A spring made according to the above-indicated principles has been allowed to undergo extensive runs of functional tests in view of verifying the performance capabilities and the durability thereof. In the course of these test runs, which have been carried out with the pressure reducer 15 adjusted at different settings, it has been most surprisingly found that, the more the pressure reducer was being set at increasingly lower pressure values (i. e. the more the second sealed chamber 7 was being brought to work at an increasingly lower pressure), the more the overall operation of the spring tended to become substantially independent of the actual setting of said pressure reducer.
In view of thoroughly investigating and being able to go to the bottom of the so observed phenomenon, a closer look has been taken at the diagram appearing in Figure 6.
It has in this way been possible to actually notice that each curve P7 and Ps relating to the course of the pressure in the two respective pressure reservoirs or chambers 7 and 8, although varying in an even substantial manner relative to the extreme values thereof, keeps in all cases itself within an operating range that is markedly distant from that of the other curve.
In fact, the curve P7 varies from a minimum of 8 bar to a maximum of 18 bar, whereas the curve Ps varies from a minimum of 100 bar to a maximum of 200 bar. As a result, it can be stated without any hesitation that each curve varies by 100% with respect to the minimum values thereof, whereas the curve P7 stays on average at a pressure level which is
equal to only 10% of the average pressure value of the curve Ps.
Conclusively, the pressure separation effect brought about by the pressure reducer, in combination with the operation of the valves, generates a difference in the level of the pressure between the two reservoirs 7 and 8, which remains substantially stable at a high level throughout all phases of the working cycle.
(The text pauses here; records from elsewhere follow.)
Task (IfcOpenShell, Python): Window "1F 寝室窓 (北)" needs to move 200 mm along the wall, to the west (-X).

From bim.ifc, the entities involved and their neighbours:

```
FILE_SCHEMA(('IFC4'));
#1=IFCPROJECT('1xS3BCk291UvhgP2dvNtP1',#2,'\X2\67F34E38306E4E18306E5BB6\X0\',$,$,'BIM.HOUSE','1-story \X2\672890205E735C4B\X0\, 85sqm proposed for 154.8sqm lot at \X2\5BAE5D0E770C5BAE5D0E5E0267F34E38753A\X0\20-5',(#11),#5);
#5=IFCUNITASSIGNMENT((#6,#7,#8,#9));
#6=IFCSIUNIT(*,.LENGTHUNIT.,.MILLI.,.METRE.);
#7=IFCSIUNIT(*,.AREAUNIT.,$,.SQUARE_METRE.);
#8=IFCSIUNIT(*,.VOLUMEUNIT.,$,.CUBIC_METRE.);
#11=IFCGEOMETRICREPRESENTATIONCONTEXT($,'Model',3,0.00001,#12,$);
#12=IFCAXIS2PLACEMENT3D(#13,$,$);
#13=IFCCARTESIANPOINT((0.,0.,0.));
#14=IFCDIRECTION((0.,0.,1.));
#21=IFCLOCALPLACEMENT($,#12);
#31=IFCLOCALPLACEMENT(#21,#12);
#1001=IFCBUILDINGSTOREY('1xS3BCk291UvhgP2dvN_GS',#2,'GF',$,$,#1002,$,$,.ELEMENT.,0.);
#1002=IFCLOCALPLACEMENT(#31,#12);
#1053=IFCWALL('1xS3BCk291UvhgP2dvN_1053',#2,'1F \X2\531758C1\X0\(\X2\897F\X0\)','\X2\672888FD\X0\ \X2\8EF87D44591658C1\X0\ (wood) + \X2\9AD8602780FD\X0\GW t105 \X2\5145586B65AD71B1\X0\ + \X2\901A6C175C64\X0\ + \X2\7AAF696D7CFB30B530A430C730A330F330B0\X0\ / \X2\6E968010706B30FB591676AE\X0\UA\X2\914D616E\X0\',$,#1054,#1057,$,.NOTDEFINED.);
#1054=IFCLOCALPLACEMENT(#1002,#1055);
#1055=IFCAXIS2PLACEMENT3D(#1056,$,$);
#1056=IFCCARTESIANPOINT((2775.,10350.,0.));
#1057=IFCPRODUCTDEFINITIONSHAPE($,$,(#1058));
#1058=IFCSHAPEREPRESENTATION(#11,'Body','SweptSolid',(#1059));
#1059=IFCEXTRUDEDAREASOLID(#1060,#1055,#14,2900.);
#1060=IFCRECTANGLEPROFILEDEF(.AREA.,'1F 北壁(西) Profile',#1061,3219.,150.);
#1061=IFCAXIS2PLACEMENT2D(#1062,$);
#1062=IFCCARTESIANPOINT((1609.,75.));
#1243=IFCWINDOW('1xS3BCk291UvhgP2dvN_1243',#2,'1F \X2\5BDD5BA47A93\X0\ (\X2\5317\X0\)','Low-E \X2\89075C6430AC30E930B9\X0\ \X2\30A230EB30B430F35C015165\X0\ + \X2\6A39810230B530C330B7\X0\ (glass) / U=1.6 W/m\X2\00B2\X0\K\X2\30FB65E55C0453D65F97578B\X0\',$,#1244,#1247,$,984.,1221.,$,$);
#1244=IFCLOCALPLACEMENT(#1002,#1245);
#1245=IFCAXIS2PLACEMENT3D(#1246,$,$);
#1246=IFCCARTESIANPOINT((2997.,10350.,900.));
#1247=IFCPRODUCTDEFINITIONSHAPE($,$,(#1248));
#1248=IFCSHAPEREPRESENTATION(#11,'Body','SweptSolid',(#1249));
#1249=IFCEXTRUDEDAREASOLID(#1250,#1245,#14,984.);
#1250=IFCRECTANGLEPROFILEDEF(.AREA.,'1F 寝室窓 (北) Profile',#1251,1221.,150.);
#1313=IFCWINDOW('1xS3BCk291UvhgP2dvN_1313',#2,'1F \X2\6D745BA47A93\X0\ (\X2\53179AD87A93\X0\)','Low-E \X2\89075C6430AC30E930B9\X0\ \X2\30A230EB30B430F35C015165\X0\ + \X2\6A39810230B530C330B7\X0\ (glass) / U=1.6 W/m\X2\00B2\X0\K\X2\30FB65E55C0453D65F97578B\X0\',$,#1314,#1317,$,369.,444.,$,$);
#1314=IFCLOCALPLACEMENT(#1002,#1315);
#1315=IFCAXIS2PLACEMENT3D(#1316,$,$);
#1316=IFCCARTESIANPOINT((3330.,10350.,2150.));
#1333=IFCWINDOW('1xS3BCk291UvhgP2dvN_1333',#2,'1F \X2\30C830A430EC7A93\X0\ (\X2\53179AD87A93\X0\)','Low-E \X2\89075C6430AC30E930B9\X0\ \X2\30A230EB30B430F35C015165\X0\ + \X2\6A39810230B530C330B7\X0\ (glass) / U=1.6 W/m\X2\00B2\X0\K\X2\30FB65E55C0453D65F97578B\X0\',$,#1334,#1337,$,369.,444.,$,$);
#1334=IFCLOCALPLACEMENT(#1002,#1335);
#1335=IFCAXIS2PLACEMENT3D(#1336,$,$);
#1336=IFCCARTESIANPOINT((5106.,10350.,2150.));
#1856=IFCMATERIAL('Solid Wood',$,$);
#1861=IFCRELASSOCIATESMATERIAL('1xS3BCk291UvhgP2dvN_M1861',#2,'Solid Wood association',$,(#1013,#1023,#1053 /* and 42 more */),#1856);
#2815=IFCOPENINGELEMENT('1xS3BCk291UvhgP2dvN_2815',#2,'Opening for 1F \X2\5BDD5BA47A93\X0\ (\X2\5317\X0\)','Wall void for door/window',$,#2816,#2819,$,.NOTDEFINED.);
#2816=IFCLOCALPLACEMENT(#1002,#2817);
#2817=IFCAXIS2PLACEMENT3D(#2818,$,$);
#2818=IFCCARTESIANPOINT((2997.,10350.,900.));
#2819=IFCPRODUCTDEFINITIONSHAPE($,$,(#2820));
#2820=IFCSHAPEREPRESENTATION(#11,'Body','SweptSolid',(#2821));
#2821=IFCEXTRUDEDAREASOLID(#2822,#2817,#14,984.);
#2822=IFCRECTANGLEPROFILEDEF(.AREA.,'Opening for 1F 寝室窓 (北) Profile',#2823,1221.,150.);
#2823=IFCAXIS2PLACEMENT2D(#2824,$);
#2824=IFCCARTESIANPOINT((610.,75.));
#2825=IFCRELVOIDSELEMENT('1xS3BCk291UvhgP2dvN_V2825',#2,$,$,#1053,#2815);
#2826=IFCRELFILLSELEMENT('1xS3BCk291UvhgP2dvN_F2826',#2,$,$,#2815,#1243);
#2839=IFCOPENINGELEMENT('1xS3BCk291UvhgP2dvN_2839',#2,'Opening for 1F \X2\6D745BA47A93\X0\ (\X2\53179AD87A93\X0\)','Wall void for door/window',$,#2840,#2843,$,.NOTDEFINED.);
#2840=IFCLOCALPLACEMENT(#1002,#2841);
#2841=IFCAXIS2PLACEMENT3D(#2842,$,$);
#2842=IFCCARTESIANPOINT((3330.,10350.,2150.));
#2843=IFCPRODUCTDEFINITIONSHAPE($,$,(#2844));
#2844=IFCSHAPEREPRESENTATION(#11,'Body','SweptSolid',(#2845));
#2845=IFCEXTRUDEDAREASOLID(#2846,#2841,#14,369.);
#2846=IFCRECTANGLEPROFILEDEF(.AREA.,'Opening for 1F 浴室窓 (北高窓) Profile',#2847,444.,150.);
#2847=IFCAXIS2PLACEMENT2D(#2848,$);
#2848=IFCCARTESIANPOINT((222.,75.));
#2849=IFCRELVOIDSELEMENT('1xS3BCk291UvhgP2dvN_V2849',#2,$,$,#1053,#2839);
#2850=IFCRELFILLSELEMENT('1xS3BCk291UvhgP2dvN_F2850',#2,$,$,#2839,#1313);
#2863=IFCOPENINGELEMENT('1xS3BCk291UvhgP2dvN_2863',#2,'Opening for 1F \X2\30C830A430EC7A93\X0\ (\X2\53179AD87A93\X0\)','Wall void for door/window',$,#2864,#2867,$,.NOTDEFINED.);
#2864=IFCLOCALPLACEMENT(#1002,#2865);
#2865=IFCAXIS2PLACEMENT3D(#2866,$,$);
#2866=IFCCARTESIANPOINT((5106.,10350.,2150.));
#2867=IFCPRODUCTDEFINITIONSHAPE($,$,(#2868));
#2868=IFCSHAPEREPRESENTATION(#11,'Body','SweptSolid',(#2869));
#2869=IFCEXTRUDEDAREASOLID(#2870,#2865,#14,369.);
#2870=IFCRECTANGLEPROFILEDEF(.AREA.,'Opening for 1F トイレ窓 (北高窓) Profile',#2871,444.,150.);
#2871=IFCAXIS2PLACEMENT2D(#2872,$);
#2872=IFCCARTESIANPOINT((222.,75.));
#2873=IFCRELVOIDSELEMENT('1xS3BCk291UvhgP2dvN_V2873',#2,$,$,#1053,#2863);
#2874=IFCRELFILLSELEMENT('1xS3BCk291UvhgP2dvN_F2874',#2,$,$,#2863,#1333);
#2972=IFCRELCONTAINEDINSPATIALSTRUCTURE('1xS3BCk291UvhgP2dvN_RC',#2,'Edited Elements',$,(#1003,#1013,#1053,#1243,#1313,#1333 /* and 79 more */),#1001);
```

```python
import ifcopenshell
import ifcopenshell.api.geometry
import ifcopenshell.util.placement
import ifcopenshell.util.unit

model = ifcopenshell.open("bim.ifc")
unit_scale = ifcopenshell.util.unit.calculate_unit_scale(model)

window = model.by_guid("1xS3BCk291UvhgP2dvN_1243")
opening = window.FillsVoids[0].RelatingOpeningElement
wall = opening.VoidsElements[0].RelatingBuildingElement

wall_matrix = ifcopenshell.util.placement.get_local_placement(wall.ObjectPlacement)
shift = wall_matrix[:3, 0] * -0.2 / unit_scale
before = ifcopenshell.util.placement.get_local_placement(window.ObjectPlacement)[:3, 3].copy()

# The window is not placed relative to its opening, so move both.
for product in (opening, window):
    matrix = ifcopenshell.util.placement.get_local_placement(product.ObjectPlacement)
    matrix[:3, 3] += shift
    ifcopenshell.api.geometry.edit_object_placement(model, product=product, matrix=matrix, is_si=False)

after = ifcopenshell.util.placement.get_local_placement(window.ObjectPlacement)[:3, 3]
print("window moved by", (after - before).round(3) + 0.0)

model.write("bim_updated.ifc")
```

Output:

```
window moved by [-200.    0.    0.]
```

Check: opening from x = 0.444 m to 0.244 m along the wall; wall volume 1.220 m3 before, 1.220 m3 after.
It logically ensues that such a situation can but be consolidated if the element connecting said two reservoirs 7 and 8, i. e. the pressure reducer 15, boosts its pressure separation effect; however, considering that the most effective pressure separator between two such reservoirs is the full fluid-tightness thereof with respect to each other, it can be concluded that such a result can be obtained by simply removing both the pressure reducer 15 and the related conduit 14 from the afore described circuit set- up according to the present invention, as this is illustrated schematically in Figure 12.
And, as this has already been set forth above, experimental data have fully confirmed this theoretical inference.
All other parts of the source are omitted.